21-06-2024 - Robert Skidelsky

Após oito décadas de relativa paz, o mundo está novamente dividido em blocos económicos e geopolíticos hostis. O 80º aniversário da invasão da Normandia oferece uma oportunidade valiosa para refletir sobre os princípios que estamos dispostos a defender e os sacrifícios que estamos preparados para fazer.

LONDRES – As cerimónias que marcaram o 80.º aniversário do Dia D, em 6 de Junho, comemoraram as milhares de vidas jovens perdidas nas praias da Normandia em 1944. Embora os meios de comunicação social tenham criticado veementemente o primeiro-ministro britânico  Rishi Sunak por faltar  a alguns eventos comemorativos, vale a pena perguntar : O que estava sendo homenageado? Foi a coragem dos “nossos” soldados – em oposição aos seus homólogos alemães – ou as liberdades pelas quais lutavam?

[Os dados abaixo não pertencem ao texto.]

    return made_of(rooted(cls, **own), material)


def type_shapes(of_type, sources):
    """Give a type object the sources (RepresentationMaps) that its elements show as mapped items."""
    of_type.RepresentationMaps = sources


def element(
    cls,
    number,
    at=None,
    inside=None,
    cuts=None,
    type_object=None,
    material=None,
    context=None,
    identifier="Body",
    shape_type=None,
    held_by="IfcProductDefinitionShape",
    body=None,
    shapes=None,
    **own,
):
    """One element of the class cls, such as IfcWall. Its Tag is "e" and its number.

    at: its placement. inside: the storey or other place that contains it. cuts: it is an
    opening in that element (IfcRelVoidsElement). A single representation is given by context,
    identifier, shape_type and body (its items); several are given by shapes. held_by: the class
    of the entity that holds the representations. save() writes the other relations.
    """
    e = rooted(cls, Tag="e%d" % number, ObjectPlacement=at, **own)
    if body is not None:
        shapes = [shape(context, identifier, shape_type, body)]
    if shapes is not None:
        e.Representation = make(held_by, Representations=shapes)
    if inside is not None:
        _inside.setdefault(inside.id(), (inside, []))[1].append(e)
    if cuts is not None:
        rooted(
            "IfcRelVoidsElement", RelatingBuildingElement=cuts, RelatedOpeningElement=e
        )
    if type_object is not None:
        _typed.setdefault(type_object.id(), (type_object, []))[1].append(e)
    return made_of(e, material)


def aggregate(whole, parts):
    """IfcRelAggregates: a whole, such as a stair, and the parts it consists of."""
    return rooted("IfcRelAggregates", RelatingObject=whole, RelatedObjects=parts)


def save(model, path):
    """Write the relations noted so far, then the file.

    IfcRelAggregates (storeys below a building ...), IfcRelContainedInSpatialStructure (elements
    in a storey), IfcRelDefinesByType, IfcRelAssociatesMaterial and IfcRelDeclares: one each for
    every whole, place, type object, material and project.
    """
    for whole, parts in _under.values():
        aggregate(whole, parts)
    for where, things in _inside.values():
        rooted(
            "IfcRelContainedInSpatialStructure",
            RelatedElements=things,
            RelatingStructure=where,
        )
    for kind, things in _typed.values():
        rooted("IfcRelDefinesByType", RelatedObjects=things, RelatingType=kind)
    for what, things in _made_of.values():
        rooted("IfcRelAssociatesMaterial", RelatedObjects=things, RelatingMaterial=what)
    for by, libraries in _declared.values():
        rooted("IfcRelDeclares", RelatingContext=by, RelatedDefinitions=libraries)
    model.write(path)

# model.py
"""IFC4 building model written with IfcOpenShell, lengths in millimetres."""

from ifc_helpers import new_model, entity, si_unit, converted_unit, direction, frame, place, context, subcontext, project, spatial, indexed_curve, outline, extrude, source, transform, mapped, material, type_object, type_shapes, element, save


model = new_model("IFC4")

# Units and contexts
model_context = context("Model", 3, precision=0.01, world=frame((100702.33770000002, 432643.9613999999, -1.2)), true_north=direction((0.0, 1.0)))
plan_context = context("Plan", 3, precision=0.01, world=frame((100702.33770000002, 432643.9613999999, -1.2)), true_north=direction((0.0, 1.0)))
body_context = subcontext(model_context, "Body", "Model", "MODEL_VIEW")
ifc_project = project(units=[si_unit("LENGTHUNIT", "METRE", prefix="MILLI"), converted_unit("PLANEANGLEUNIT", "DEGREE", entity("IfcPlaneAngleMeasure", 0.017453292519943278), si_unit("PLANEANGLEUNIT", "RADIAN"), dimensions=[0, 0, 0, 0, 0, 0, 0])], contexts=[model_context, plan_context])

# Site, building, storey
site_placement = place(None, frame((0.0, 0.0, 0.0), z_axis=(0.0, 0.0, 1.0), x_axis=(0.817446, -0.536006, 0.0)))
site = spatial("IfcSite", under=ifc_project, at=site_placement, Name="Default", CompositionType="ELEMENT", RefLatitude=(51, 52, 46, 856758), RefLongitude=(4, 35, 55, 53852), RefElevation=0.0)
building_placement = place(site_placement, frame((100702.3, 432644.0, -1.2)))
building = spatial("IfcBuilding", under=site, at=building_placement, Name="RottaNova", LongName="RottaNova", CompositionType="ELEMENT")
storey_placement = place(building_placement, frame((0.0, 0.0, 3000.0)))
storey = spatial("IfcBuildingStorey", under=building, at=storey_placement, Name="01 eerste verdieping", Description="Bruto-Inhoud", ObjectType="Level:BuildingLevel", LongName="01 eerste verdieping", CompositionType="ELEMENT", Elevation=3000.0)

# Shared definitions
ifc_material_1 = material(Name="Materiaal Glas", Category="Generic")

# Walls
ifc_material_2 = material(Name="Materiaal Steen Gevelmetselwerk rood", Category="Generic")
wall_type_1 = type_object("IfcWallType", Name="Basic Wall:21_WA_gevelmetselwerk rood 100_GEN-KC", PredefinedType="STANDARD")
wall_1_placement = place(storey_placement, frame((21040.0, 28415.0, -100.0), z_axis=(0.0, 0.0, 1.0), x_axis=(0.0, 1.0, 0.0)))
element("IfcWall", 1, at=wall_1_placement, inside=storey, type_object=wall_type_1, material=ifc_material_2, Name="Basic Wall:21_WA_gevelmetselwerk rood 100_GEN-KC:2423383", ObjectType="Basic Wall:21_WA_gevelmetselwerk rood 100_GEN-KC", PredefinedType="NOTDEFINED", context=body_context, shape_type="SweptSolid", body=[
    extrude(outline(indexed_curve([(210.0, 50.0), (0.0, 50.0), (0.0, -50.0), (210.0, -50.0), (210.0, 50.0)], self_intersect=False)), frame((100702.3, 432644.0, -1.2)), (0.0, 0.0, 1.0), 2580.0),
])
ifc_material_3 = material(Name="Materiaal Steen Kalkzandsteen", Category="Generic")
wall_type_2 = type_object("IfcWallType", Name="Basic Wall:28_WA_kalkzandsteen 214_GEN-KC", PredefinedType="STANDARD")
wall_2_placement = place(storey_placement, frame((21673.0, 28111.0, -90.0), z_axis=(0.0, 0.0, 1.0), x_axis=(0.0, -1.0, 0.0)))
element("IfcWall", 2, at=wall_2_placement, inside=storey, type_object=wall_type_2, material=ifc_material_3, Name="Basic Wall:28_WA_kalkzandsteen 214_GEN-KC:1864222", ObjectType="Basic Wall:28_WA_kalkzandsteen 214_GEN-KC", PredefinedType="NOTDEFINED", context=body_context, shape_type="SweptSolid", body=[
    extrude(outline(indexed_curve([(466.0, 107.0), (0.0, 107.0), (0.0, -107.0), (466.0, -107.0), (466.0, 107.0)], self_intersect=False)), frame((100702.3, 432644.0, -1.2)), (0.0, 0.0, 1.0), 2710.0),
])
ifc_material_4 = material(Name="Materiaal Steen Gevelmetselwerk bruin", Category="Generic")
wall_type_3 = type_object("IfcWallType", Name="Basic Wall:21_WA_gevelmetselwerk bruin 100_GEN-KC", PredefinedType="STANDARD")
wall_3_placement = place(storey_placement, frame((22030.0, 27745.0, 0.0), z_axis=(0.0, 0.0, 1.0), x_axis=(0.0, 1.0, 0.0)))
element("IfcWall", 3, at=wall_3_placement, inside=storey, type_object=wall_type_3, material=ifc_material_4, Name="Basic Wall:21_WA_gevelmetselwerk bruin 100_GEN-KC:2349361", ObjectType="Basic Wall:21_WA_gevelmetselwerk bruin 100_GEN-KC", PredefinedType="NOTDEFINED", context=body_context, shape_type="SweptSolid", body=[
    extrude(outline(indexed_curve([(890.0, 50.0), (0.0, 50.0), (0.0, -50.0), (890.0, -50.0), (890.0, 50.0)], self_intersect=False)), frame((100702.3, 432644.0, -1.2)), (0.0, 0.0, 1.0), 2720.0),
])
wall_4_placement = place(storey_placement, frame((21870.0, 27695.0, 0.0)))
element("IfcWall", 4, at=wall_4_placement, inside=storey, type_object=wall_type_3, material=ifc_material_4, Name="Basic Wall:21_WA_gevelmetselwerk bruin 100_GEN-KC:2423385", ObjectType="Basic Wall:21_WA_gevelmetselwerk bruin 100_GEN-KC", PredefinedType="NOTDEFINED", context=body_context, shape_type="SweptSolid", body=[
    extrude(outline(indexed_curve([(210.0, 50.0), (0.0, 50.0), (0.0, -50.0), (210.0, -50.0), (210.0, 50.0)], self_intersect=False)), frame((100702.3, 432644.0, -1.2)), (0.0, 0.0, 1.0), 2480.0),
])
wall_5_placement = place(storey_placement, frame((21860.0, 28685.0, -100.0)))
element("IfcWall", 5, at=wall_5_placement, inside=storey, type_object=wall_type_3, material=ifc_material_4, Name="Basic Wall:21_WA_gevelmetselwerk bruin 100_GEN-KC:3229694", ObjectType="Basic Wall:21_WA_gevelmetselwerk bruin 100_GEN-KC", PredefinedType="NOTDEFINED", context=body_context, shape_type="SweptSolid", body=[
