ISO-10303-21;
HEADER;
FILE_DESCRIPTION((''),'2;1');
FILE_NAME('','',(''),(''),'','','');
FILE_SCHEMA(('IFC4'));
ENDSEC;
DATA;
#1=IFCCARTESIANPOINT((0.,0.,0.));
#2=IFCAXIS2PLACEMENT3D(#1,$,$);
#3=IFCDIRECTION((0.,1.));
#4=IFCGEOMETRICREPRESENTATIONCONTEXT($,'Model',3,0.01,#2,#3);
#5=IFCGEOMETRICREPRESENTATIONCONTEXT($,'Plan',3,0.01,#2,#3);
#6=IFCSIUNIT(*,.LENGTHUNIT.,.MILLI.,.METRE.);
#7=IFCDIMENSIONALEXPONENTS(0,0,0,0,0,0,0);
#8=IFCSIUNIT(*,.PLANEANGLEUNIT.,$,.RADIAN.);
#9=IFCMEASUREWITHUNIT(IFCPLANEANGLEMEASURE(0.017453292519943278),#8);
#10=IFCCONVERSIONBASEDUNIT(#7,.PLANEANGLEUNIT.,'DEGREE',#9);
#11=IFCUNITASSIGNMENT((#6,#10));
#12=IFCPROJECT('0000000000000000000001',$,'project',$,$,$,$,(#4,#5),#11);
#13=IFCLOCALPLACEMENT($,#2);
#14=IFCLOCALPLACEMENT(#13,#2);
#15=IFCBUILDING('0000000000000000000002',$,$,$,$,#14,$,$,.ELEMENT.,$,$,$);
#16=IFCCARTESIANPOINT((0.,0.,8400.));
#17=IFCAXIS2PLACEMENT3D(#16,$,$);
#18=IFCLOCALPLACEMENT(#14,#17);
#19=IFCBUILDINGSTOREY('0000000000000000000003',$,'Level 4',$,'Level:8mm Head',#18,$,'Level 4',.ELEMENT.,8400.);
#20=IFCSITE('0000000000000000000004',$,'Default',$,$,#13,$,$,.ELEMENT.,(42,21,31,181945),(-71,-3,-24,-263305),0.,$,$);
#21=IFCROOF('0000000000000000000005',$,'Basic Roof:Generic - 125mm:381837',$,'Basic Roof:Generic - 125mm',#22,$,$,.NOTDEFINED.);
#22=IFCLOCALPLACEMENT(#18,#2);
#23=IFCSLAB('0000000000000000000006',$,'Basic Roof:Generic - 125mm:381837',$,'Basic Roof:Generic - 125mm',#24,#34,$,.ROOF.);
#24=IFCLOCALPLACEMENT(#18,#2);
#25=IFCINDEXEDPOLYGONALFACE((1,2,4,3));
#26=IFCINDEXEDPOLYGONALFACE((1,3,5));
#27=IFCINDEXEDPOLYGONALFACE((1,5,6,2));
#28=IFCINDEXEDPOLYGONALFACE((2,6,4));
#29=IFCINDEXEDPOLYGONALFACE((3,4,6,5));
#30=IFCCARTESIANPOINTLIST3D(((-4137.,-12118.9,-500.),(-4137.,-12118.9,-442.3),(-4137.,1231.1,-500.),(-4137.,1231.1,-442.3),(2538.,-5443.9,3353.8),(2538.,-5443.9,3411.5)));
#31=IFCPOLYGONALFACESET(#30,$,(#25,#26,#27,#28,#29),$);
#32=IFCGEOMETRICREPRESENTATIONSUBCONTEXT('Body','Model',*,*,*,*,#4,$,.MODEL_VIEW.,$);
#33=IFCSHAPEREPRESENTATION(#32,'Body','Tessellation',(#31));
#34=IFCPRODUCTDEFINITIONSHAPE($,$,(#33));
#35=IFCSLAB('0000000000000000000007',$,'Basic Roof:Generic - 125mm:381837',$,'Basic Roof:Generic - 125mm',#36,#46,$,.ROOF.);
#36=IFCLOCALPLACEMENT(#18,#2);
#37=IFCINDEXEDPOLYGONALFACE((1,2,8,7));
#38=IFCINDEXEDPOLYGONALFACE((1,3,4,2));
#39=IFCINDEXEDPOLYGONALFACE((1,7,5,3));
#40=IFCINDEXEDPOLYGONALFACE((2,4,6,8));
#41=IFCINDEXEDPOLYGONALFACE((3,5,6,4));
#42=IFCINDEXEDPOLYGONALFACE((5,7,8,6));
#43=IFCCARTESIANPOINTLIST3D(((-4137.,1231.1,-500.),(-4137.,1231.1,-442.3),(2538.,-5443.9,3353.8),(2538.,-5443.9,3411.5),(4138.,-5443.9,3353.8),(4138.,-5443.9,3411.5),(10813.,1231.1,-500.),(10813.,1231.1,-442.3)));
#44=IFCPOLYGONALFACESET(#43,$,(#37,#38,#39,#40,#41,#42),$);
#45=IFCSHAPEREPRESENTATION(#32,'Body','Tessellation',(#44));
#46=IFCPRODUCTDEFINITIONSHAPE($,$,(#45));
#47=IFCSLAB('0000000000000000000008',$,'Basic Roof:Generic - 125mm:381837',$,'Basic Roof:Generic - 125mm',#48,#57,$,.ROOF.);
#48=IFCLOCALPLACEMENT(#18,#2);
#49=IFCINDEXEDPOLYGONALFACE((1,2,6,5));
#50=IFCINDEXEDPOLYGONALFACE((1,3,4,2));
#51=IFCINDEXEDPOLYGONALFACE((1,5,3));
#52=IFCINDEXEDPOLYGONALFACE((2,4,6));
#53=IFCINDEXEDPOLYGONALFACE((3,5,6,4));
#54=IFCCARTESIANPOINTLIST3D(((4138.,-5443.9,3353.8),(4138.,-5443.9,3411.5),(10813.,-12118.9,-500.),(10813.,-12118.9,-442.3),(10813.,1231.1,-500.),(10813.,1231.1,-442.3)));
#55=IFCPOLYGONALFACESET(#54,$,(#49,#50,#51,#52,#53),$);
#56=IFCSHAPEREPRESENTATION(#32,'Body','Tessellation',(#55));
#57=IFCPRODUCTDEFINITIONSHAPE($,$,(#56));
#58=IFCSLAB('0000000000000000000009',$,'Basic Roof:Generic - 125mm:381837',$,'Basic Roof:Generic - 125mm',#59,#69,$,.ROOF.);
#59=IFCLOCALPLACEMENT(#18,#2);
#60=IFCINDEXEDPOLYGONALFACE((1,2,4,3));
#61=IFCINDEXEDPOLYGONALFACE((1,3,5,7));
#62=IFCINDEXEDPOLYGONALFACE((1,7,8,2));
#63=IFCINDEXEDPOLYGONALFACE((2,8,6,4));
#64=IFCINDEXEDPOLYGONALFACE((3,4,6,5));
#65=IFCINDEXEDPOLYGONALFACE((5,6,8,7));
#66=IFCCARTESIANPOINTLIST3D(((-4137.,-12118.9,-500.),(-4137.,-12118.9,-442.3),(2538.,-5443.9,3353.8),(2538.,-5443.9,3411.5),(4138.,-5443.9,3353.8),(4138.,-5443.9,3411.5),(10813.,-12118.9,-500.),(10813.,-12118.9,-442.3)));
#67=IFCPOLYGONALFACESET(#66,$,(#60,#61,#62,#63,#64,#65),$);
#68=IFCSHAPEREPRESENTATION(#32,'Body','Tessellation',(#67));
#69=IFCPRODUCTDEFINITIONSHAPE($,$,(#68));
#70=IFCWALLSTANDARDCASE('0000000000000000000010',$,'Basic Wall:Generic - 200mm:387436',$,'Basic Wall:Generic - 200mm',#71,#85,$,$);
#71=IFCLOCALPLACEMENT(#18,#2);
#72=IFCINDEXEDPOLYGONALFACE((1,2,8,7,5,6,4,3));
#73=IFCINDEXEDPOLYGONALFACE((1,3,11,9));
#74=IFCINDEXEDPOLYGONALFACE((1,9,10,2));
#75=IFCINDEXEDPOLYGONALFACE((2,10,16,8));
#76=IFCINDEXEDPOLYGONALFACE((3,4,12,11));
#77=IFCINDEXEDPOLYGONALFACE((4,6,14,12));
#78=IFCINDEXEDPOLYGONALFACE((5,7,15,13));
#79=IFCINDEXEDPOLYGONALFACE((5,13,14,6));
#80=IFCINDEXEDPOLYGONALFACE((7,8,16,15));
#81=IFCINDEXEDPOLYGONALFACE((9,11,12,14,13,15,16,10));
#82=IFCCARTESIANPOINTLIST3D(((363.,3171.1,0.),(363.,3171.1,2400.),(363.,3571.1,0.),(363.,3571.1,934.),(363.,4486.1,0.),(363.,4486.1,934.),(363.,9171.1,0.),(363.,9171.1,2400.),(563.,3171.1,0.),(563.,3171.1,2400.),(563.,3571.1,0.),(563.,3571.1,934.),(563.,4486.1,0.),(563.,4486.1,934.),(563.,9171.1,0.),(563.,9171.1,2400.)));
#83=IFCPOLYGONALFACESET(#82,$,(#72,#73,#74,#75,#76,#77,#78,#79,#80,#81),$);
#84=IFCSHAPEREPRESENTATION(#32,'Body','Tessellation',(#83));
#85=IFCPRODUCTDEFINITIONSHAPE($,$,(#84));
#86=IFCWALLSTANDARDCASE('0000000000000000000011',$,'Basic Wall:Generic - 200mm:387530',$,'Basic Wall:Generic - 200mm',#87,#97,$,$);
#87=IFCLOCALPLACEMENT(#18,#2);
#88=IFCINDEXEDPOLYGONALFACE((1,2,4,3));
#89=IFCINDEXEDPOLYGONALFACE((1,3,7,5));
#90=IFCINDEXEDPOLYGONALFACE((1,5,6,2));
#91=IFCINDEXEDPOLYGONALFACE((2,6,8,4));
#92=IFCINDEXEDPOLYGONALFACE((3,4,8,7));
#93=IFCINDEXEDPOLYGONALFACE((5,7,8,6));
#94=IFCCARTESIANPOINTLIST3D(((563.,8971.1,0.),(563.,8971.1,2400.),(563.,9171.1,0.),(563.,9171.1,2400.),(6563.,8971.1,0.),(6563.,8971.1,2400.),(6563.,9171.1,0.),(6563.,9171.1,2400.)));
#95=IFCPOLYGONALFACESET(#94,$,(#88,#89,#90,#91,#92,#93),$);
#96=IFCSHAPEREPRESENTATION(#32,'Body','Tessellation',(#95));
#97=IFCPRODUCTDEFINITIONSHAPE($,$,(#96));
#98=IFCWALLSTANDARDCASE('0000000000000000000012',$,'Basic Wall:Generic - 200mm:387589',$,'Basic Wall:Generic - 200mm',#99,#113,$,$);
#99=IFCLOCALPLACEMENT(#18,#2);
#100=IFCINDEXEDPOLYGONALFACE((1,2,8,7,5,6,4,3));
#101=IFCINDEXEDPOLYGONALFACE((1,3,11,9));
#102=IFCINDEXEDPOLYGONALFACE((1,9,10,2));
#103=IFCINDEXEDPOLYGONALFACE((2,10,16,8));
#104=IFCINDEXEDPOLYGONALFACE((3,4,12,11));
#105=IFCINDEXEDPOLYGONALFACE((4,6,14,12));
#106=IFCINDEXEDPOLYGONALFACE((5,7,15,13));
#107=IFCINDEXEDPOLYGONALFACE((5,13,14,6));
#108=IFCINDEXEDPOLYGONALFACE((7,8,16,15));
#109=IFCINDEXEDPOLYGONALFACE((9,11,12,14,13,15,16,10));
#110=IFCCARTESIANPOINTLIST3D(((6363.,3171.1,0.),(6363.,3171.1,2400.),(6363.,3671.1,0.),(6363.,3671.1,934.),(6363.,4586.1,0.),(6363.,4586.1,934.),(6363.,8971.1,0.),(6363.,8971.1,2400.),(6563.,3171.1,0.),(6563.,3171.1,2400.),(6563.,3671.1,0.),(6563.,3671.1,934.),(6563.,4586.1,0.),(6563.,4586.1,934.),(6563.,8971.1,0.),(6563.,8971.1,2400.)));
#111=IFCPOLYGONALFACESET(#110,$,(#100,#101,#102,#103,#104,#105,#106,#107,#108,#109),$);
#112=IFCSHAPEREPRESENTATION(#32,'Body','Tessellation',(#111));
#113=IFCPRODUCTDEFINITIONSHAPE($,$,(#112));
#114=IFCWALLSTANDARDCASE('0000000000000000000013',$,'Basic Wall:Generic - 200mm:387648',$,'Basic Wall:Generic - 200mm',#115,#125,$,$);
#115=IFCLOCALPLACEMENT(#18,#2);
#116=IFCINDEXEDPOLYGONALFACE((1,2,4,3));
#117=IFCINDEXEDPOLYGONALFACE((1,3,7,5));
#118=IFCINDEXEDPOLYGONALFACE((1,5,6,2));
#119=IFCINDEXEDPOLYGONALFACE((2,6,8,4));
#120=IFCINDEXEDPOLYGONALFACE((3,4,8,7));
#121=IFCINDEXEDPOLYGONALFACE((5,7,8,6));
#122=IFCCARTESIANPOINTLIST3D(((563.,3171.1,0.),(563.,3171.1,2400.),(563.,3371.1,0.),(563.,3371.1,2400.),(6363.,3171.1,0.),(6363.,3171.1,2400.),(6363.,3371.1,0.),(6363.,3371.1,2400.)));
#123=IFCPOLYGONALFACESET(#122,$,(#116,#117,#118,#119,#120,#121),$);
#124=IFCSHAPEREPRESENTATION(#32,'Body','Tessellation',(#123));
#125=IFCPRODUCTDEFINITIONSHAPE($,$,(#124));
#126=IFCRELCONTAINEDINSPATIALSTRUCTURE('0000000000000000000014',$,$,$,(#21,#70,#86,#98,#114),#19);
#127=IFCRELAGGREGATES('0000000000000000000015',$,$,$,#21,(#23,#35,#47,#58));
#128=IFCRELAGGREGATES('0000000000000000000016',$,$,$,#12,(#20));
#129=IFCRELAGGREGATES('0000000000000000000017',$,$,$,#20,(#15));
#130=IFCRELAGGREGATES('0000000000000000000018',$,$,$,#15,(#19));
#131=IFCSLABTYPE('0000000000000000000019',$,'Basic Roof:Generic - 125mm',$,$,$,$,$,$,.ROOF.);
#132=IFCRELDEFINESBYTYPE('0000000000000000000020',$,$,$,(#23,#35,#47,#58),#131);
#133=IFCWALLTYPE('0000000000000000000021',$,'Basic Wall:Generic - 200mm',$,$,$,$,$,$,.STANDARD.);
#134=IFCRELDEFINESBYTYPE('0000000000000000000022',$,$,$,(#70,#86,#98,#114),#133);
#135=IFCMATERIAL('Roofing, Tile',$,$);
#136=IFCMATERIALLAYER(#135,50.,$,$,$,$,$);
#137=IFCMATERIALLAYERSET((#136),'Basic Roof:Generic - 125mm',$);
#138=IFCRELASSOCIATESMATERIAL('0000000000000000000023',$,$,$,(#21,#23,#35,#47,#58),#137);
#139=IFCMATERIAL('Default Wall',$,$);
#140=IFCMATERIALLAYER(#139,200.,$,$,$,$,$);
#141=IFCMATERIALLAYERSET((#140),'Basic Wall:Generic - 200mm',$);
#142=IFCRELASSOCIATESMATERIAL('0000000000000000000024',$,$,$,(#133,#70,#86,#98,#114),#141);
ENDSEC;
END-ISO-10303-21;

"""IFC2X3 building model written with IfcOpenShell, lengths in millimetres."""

from ifc_helpers import new_model, entity, si_unit, converted_unit, direction, frame, frame_2d, origin, origin_2d_with_axis, place, context, subcontext, project, spatial, polyline, rectangle, outline, extrude, clip, halfspace, material, layer, layer_set, layer_usage, type_object, element, aggregate, save


model = new_model("IFC2X3")

# Units and contexts
model_context = context("Model", 3, precision=0.01, world=origin(), true_north=direction((0.0, 1.0)))
plan_context = context("Plan", 3, precision=0.01, world=origin(), true_north=direction((0.0, 1.0)))
body_context = subcontext(model_context, "Body", "Model", "MODEL_VIEW")
ifc_project = project(units=[si_unit("LENGTHUNIT", "METRE", prefix="MILLI"), converted_unit("PLANEANGLEUNIT", "DEGREE", entity("IfcPlaneAngleMeasure", 0.017453292519943278), si_unit("PLANEANGLEUNIT", "RADIAN"), dimensions=[0, 0, 0, 0, 0, 0, 0])], contexts=[model_context, plan_context])

# Site, building, storey
site_placement = place(None, origin())
site = spatial("IfcSite", under=ifc_project, at=site_placement, Name="Default", CompositionType="ELEMENT", RefLatitude=(42, 21, 31, 181945), RefLongitude=(-71, -3, -24, -263305), RefElevation=0.0)
building_placement = place(site_placement, origin())
building = spatial("IfcBuilding", under=site, at=building_placement, CompositionType="ELEMENT")
storey_placement = place(building_placement, frame((0.0, 0.0, 8400.0)))
storey = spatial("IfcBuildingStorey", under=building, at=storey_placement, Name="Level 4", ObjectType="Level:8mm Head", LongName="Level 4", CompositionType="ELEMENT", Elevation=8400.0)

# Roof, slabs
ifc_material_1 = material(Name="Roofing, Tile")
ifc_layer_1 = layer(ifc_material_1, 50.0)
ifc_layer_set_1 = layer_set([ifc_layer_1], Name="Basic Roof:Generic - 125mm")
roof_placement = place(storey_placement, frame((-4137.0, -12118.9, -500.0)))
roof = element("IfcRoof", 1, at=roof_placement, inside=storey, material=ifc_layer_set_1, Name="Basic Roof:Generic - 125mm:381837", ObjectType="Basic Roof:Generic - 125mm", ShapeType="NOTDEFINED")
slab_type = type_object("IfcSlabType", Name="Basic Roof:Generic - 125mm", PredefinedType="ROOF")
slab_1_placement = place(roof_placement, origin())
slab_1 = element("IfcSlab", 2, at=slab_1_placement, type_object=slab_type, material=ifc_layer_set_1, Name="Basic Roof:Generic - 125mm:381837", ObjectType="Basic Roof:Generic - 125mm", PredefinedType="ROOF", context=body_context, shape_type="SweptSolid", body=[
    extrude(outline(polyline([(-3853.8, 6675.0), (-3853.8, -6675.0), (3853.8, 0.0), (-3853.8, 6675.0)])), frame((3337.5, 6675.0, 1926.9), z_axis=(-0.5, 0.0, 0.866025), x_axis=(0.866025, 0.0, 0.5)), (0.5, 0.0, 0.866025), 57.7),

Antes da Primeira Guerra Mundial, poucas pessoas questionavam os motivos para enviar soldados para a batalha. No mundo pré-moderno, as pessoas lutaram por Deus. Nos tempos modernos, eles lutaram pelo “Rei e pela Pátria”. Tanto a fé religiosa como o patriotismo eram vistos como causas inerentemente nobres que justificavam enormes sacrifícios.

Foi apenas no século XIX que as pessoas começaram a questionar as causas pelas quais os jovens eram chamados a lutar, dando origem aos primeiros movimentos modernos pela paz. Embora estes grupos tenham sido influenciados por várias vertentes de pensamento, incluindo o pacifismo cristão, foram impulsionados principalmente pela emergência do humanitarismo e pela economia do capitalismo.

O entusiasmo popular que saudou a eclosão da Primeira Guerra Mundial em 1914 ofuscou o nascente movimento pela paz, à medida que os principais partidos políticos da Europa se uniram em apoio dos seus respectivos países. Mas o número catastrófico de mortos na guerra rapidamente reacendeu a questão: será que tal sacrifício poderia ser justificado? “Entre os países que participaram na guerra, ainda existe uma tendência entre muitos enlutados de se acalmarem com a ideia de que os seus mortos se apaixonaram por algo nobre e valioso”, escreveu William Gerhardie no seu romance de 1925, The Polyglots. Isto, acrescentou ele, foi uma “ilusão perniciosa. Os seus mortos são vítimas – nem mais nem menos – da loucura dos adultos que, tendo levado o mundo a uma guerra ridícula, agora constroem memoriais para resolver tudo.”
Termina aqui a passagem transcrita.